__Task requirements__. Print nothing except the lines of the listing below from the line with "#61=IFCINDEXEDPOLYGONALFACE((7,9,30,28));" to the line with "#71=IFCINDEXEDPOLYGONALFACE((17,19,40,38));", each exactly as written, both ends included.

__The data__.
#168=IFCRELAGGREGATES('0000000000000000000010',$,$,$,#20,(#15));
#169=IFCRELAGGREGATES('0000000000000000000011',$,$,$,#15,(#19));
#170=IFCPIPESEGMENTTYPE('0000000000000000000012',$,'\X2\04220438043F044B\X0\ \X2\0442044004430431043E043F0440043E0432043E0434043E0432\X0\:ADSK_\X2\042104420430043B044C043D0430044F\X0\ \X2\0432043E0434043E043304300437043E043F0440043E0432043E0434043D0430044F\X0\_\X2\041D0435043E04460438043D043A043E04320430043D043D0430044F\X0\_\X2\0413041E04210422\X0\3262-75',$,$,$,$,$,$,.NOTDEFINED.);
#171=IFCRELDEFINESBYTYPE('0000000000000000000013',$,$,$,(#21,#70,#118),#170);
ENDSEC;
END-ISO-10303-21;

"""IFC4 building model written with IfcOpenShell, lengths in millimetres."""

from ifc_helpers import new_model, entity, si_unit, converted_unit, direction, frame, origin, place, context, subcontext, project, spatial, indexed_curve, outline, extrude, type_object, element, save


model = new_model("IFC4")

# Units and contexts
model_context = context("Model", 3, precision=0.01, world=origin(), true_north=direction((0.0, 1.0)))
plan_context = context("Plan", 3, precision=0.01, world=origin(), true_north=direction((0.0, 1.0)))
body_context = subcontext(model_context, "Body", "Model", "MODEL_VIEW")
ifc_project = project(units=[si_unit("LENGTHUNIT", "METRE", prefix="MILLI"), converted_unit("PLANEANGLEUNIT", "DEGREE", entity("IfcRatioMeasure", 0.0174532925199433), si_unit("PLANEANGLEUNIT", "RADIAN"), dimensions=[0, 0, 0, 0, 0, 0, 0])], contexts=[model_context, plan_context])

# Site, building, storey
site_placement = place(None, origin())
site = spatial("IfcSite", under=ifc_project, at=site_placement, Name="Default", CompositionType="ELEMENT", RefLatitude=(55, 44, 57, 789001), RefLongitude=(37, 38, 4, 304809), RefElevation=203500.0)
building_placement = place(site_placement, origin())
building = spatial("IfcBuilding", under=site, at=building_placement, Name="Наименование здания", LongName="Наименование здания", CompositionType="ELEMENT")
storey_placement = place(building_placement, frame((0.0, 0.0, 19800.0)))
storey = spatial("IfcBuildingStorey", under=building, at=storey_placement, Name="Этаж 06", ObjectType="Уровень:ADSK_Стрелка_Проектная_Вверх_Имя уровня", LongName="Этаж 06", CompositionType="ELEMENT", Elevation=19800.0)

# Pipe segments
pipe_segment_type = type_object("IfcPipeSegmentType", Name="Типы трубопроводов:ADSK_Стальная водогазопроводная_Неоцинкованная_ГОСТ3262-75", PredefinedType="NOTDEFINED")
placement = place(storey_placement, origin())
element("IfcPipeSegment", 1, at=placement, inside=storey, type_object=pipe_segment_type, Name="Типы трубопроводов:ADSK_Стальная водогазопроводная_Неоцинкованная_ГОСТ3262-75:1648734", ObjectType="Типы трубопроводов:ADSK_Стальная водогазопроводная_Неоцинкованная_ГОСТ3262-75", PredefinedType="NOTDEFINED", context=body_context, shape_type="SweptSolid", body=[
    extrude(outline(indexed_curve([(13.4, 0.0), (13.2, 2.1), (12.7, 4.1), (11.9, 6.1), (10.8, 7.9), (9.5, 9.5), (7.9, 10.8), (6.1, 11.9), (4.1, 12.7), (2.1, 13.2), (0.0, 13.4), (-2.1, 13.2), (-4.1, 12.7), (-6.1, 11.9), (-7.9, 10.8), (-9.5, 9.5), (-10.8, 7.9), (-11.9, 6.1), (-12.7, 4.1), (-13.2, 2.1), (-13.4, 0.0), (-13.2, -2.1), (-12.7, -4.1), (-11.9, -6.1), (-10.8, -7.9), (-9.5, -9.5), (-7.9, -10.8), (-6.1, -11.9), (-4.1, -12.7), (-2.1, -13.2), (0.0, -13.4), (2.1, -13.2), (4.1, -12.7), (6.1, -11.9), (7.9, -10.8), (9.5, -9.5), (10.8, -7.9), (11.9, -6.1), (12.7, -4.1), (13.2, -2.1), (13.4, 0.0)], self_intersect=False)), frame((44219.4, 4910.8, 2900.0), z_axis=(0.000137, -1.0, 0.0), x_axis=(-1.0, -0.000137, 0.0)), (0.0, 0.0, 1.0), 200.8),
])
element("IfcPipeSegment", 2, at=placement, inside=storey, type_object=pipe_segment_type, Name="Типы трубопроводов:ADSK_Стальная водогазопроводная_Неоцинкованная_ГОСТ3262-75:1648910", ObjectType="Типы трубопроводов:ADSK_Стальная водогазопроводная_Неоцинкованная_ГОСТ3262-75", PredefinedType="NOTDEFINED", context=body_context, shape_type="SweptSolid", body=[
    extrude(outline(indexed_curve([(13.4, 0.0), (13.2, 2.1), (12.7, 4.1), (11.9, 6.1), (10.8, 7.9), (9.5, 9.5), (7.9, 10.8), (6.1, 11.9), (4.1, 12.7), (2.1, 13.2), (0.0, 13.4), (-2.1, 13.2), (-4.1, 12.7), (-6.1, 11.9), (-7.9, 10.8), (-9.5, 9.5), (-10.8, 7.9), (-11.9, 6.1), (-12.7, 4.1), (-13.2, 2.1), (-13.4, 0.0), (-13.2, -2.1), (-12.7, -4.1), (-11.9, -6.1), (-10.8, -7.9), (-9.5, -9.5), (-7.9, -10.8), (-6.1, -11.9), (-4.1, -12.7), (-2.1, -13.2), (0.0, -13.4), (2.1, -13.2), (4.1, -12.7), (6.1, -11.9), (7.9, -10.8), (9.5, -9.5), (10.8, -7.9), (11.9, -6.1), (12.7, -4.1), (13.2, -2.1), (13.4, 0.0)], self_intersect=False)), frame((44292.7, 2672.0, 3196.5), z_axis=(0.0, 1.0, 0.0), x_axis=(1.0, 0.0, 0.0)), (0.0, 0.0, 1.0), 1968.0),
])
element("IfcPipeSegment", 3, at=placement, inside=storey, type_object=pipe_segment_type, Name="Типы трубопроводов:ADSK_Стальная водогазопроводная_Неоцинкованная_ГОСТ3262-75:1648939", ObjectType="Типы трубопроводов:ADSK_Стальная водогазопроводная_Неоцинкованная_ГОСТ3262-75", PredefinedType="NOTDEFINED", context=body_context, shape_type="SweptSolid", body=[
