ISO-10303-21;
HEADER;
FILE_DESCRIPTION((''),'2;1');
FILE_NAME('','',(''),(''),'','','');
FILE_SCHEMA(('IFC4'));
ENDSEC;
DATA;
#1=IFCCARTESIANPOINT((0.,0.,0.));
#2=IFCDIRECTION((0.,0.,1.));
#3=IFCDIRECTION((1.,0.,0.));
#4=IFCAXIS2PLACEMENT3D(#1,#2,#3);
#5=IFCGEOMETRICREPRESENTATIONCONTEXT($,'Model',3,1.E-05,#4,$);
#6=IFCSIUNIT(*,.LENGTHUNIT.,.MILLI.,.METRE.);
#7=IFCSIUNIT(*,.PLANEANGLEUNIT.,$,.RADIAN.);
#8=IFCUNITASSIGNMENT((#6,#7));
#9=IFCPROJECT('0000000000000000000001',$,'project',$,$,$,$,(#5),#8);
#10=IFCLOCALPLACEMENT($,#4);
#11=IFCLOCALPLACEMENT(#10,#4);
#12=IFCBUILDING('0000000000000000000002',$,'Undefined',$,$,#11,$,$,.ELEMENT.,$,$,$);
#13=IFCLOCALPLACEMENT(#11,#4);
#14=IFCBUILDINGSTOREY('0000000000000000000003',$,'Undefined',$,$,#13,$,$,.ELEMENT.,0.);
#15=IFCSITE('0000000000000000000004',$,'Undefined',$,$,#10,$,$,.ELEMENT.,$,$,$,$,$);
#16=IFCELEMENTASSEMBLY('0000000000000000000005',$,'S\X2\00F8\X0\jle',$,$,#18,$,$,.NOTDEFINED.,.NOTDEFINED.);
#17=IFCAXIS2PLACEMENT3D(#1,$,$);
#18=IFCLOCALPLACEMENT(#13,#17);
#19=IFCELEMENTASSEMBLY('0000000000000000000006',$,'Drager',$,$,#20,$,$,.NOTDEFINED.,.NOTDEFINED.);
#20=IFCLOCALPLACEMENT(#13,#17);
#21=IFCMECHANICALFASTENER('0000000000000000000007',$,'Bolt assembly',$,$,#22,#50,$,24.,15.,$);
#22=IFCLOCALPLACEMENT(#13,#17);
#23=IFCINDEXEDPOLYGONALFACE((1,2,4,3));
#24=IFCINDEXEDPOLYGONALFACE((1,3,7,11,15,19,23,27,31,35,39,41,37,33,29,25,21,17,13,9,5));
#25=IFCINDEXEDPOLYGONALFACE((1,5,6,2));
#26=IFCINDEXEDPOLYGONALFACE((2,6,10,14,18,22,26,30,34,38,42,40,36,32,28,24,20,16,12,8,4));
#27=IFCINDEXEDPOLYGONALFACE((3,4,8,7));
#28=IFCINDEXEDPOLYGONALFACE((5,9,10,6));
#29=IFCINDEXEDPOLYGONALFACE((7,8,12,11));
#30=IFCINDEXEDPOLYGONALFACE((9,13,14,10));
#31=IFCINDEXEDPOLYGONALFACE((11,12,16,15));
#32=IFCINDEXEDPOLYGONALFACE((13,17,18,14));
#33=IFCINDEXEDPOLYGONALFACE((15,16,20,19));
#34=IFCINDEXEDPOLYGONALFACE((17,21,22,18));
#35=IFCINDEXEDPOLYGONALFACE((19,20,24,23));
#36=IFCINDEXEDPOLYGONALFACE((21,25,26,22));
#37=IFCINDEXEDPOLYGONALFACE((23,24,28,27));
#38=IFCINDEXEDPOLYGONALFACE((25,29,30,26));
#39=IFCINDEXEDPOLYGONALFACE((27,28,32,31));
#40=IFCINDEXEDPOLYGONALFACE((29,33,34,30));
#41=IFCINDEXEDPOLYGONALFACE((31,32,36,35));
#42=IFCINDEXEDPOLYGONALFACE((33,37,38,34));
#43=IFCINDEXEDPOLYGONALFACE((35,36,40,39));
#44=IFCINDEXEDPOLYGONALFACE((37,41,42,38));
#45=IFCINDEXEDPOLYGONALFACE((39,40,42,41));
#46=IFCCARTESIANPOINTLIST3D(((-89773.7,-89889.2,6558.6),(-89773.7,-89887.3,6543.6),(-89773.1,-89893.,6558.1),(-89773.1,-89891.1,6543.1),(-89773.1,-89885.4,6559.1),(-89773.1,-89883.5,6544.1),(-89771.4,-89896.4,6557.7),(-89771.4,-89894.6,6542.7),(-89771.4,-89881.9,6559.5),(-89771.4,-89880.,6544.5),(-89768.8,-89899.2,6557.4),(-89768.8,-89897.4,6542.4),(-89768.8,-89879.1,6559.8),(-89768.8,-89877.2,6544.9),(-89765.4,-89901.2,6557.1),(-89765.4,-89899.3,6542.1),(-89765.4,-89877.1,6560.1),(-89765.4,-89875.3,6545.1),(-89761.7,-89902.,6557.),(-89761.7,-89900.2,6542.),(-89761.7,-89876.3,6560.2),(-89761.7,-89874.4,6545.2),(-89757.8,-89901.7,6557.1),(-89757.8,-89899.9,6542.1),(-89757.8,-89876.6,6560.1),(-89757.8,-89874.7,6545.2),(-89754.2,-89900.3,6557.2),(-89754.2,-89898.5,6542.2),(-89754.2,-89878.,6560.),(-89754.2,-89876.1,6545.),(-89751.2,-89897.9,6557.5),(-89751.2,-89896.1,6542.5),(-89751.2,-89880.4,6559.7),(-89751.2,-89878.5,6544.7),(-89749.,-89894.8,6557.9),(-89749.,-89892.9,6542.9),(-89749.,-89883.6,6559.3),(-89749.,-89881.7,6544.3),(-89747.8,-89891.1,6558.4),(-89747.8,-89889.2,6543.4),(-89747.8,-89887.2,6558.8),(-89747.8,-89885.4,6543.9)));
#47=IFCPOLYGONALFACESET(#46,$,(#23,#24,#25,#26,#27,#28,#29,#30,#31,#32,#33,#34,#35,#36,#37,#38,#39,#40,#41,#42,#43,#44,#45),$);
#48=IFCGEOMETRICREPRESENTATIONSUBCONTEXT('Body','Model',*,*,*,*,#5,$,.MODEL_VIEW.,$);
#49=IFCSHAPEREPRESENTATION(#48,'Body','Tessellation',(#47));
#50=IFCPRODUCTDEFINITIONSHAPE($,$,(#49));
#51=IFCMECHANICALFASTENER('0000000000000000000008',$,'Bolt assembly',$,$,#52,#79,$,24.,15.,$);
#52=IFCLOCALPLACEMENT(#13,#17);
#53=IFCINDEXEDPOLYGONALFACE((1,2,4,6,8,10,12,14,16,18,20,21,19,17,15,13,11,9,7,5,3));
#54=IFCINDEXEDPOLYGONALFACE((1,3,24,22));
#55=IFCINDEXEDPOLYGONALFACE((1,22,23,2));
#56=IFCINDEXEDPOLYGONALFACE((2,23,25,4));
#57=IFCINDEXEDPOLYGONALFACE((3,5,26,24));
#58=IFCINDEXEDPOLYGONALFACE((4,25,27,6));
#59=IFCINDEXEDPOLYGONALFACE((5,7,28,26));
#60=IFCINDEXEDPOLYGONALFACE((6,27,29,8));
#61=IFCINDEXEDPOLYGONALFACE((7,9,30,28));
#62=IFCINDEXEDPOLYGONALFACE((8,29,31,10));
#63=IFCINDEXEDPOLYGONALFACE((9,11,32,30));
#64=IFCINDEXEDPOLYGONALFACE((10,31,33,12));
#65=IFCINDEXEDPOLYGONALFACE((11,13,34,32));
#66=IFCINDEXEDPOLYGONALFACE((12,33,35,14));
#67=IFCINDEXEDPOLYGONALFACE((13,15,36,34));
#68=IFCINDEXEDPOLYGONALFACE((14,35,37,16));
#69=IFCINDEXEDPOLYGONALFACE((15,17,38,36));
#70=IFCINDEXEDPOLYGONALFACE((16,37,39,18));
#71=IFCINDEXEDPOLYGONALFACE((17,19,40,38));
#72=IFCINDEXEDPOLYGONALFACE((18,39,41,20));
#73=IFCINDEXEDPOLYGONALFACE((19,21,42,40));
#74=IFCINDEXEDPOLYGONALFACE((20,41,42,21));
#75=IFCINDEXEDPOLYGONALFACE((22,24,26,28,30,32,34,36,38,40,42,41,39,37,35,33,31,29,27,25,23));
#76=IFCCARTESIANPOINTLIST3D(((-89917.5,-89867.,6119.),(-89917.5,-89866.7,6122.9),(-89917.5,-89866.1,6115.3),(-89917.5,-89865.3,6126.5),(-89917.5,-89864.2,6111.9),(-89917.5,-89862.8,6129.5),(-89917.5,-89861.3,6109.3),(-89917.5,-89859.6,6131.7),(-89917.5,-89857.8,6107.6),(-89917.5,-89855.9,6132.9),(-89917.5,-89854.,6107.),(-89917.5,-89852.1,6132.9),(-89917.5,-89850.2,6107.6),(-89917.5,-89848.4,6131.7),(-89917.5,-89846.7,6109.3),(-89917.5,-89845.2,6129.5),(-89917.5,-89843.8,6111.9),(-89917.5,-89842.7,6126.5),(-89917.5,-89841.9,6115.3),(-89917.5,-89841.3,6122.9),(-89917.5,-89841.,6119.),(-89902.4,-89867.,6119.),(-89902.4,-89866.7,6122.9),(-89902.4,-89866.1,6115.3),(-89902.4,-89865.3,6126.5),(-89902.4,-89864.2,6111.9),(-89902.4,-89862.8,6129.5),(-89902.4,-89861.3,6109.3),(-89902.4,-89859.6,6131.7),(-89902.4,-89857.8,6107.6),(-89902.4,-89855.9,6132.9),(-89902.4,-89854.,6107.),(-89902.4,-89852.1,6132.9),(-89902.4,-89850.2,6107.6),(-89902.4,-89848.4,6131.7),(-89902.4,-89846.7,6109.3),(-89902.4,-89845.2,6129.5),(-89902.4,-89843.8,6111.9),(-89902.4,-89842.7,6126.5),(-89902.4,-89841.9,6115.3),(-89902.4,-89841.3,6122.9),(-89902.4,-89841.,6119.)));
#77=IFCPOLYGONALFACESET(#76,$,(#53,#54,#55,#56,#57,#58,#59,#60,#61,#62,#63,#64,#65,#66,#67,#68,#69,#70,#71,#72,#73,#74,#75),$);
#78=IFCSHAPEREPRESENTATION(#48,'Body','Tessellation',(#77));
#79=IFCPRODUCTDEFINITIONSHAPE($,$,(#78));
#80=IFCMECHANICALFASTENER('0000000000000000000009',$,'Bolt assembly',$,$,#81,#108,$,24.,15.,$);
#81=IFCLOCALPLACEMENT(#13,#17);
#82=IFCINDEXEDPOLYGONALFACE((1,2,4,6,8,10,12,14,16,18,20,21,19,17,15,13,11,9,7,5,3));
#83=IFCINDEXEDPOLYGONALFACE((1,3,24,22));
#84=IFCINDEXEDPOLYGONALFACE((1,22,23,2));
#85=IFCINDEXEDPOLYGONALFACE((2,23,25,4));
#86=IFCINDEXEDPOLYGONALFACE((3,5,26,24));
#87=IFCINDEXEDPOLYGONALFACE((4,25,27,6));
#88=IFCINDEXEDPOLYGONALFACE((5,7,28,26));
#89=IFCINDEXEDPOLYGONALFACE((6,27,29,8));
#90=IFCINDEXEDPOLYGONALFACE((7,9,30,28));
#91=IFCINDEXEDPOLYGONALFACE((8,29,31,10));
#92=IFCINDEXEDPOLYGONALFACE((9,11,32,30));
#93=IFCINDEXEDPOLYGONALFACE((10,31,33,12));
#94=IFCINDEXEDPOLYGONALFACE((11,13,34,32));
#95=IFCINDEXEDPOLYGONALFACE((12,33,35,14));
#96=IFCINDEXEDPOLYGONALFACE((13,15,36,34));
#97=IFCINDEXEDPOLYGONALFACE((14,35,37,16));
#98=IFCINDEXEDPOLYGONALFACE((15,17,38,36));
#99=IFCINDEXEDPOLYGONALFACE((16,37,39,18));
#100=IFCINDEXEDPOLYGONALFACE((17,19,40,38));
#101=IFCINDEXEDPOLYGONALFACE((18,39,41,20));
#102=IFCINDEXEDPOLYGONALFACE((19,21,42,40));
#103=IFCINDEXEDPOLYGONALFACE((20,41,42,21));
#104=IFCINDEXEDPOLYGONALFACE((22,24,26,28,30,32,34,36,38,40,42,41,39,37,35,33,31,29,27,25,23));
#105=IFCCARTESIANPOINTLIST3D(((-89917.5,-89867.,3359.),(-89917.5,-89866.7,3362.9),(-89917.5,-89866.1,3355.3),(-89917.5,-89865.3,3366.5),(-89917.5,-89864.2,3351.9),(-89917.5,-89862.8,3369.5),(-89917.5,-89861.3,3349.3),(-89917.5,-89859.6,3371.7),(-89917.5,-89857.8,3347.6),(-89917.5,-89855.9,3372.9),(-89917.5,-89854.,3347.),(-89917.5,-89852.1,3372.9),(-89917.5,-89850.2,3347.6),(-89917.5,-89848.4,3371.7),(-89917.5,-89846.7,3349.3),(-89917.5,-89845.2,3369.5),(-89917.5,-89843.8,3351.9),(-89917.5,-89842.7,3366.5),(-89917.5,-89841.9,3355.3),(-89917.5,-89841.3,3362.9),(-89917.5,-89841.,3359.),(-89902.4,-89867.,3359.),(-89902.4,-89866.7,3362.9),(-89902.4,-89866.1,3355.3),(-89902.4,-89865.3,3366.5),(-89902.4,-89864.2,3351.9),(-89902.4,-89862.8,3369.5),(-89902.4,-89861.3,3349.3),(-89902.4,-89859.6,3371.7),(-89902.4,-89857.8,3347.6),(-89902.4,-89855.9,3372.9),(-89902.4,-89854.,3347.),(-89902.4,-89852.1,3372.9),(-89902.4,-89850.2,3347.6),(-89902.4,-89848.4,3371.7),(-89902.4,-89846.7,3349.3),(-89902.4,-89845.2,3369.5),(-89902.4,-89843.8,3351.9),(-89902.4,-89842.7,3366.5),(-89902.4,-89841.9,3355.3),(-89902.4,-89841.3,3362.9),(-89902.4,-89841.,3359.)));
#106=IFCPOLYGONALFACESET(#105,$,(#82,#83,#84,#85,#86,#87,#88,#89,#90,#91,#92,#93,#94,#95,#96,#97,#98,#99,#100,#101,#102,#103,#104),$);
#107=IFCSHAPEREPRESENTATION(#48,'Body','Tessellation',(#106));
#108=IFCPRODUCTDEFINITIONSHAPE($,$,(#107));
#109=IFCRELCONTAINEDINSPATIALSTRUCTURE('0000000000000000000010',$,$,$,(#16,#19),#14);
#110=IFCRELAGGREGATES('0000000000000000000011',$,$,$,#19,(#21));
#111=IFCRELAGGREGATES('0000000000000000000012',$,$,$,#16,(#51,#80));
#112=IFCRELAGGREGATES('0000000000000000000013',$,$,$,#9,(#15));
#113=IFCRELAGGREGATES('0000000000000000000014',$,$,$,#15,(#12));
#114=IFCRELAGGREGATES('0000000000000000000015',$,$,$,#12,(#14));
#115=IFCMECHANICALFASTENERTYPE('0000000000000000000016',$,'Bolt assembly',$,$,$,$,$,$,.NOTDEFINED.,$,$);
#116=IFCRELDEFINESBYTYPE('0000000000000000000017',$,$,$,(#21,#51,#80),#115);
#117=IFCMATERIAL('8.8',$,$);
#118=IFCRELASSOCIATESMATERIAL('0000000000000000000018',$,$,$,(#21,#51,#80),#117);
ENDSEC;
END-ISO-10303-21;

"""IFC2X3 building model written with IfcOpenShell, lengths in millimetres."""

from ifc_helpers import new_model, si_unit, frame, origin_with_axes, origin_2d_with_axis, place, context, subcontext, project, spatial, circle, extrude, source, transform, mapped, material, type_object, element, aggregate, save


model = new_model("IFC2X3")

# Units and contexts
model_context = context("Model", 3, precision=1e-05, world=origin_with_axes())
body_context = subcontext(model_context, "Body", "Model", "MODEL_VIEW")
ifc_project = project(units=[si_unit("LENGTHUNIT", "METRE", prefix="MILLI"), si_unit("PLANEANGLEUNIT", "RADIAN")], contexts=[model_context])

# Site, building, storey
site_placement = place(None, origin_with_axes())
site = spatial("IfcSite", under=ifc_project, at=site_placement, Name="Undefined", CompositionType="ELEMENT")
building_placement = place(site_placement, origin_with_axes())
building = spatial("IfcBuilding", under=site, at=building_placement, Name="Undefined", CompositionType="ELEMENT")
storey_placement = place(building_placement, origin_with_axes())
storey = spatial("IfcBuildingStorey", under=building, at=storey_placement, Name="Undefined", CompositionType="ELEMENT", Elevation=0.0)

# Element assembly
assembly_1_placement = place(storey_placement, origin_with_axes())
assembly_1 = element("IfcElementAssembly", 1, at=assembly_1_placement, inside=storey, Name="Søjle", AssemblyPlace="NOTDEFINED", PredefinedType="NOTDEFINED")

# Element assembly
assembly_2_placement = place(storey_placement, origin_with_axes())
assembly_2 = element("IfcElementAssembly", 2, at=assembly_2_placement, inside=storey, Name="Drager", AssemblyPlace="NOTDEFINED", PredefinedType="NOTDEFINED")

__Output of the exercise__.
#61=IFCINDEXEDPOLYGONALFACE((7,9,30,28));
#62=IFCINDEXEDPOLYGONALFACE((8,29,31,10));
#63=IFCINDEXEDPOLYGONALFACE((9,11,32,30));
#64=IFCINDEXEDPOLYGONALFACE((10,31,33,12));
#65=IFCINDEXEDPOLYGONALFACE((11,13,34,32));
#66=IFCINDEXEDPOLYGONALFACE((12,33,35,14));
#67=IFCINDEXEDPOLYGONALFACE((13,15,36,34));
#68=IFCINDEXEDPOLYGONALFACE((14,35,37,16));
#69=IFCINDEXEDPOLYGONALFACE((15,17,38,36));
#70=IFCINDEXEDPOLYGONALFACE((16,37,39,18));
#71=IFCINDEXEDPOLYGONALFACE((17,19,40,38));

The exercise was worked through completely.